**Your objective:** Take from the records below each line that holds "IFCPRODUCTDEFINITIONSHAPE".

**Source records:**
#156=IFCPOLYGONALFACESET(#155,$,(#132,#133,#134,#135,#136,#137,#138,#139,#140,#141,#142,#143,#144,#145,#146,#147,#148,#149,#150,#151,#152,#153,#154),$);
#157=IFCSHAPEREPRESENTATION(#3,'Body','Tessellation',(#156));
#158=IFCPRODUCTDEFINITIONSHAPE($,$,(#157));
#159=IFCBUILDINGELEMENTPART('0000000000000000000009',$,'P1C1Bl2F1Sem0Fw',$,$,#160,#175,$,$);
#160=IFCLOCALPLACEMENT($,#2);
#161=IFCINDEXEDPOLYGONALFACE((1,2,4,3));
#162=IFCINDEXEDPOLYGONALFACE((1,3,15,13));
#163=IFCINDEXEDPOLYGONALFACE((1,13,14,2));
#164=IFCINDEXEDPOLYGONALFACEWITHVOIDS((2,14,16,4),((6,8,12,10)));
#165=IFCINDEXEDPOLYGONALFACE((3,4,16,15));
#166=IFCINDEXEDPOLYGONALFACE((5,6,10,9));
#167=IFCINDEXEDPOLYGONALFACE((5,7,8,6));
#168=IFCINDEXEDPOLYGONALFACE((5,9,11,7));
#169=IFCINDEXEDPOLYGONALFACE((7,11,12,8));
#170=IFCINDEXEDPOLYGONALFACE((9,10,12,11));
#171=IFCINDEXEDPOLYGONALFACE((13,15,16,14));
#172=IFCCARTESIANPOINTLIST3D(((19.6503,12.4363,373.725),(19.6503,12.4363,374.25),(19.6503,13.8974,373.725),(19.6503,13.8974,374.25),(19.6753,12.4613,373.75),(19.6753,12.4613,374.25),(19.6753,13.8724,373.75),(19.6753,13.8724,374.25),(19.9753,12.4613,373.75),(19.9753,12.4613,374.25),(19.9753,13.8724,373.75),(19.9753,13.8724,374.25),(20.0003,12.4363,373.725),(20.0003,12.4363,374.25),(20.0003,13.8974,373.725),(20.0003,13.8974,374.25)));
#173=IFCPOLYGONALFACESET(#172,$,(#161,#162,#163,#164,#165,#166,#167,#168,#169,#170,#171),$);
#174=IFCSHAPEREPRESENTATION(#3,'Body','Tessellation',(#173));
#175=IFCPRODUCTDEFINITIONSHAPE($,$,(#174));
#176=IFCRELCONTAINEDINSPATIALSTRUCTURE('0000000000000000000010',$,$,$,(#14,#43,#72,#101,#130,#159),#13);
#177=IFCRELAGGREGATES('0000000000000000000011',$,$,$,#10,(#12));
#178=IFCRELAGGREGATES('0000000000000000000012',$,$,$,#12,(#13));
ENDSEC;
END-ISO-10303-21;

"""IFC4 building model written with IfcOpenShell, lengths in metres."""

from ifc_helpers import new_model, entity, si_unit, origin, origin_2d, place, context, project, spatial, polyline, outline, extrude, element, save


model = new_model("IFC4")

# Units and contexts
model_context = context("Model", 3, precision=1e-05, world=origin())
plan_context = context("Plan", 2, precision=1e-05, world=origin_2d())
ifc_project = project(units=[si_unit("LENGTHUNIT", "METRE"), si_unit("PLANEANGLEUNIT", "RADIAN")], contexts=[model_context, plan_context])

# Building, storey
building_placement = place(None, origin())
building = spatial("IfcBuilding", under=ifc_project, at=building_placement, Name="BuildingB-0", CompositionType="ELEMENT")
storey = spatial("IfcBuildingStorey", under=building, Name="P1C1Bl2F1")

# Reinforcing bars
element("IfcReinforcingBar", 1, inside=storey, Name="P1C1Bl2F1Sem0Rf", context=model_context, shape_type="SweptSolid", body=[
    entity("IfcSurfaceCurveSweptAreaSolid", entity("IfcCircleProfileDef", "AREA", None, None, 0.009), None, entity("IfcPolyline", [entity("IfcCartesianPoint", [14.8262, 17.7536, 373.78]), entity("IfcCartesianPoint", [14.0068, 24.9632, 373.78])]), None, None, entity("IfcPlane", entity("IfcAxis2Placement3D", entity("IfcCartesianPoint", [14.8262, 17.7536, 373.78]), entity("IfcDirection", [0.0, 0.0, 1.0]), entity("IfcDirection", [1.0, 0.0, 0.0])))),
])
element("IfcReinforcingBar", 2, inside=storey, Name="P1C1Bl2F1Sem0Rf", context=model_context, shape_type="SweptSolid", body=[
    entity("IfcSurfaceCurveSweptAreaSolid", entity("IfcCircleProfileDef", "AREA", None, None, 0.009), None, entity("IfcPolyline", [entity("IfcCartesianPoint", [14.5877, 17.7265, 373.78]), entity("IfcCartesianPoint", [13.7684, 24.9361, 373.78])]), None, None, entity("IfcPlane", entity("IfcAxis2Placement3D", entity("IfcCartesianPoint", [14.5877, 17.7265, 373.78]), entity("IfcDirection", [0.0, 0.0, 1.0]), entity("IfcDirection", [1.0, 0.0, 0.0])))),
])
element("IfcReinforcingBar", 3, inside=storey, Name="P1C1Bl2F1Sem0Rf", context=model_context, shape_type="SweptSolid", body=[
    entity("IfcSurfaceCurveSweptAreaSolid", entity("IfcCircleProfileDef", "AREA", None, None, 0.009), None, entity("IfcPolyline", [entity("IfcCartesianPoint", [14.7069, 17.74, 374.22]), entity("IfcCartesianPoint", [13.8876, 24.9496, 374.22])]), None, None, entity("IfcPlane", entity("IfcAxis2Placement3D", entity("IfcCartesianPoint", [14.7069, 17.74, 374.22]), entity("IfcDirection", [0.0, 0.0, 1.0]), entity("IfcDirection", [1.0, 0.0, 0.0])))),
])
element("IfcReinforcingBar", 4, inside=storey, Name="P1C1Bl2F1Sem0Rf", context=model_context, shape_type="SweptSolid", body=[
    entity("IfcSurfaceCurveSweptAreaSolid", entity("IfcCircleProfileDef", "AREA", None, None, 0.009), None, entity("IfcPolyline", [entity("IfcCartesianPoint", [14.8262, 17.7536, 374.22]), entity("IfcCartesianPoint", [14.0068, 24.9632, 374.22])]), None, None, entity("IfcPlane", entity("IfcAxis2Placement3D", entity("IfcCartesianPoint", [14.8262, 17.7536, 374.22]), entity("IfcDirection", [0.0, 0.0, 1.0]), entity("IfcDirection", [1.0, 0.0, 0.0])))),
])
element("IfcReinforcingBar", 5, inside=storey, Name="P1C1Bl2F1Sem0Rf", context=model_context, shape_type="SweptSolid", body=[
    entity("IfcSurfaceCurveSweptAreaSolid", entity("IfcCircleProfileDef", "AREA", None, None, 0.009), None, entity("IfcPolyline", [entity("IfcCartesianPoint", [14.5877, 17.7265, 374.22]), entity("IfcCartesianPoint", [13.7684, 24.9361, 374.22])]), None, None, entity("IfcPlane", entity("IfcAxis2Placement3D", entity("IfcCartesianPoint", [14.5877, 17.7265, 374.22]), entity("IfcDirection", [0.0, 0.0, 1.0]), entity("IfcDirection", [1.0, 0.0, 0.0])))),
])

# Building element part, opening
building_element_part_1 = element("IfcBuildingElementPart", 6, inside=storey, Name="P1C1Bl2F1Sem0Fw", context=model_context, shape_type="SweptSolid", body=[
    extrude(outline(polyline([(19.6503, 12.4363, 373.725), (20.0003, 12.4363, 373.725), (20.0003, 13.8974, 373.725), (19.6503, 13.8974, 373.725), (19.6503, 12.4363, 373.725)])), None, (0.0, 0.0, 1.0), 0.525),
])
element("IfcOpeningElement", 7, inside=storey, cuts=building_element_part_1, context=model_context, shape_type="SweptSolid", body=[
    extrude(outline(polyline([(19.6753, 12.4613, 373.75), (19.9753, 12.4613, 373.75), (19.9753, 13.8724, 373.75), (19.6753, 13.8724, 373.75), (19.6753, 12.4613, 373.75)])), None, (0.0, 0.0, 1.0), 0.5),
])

**Result of this exercise:**
#158=IFCPRODUCTDEFINITIONSHAPE($,$,(#157));
#175=IFCPRODUCTDEFINITIONSHAPE($,$,(#174));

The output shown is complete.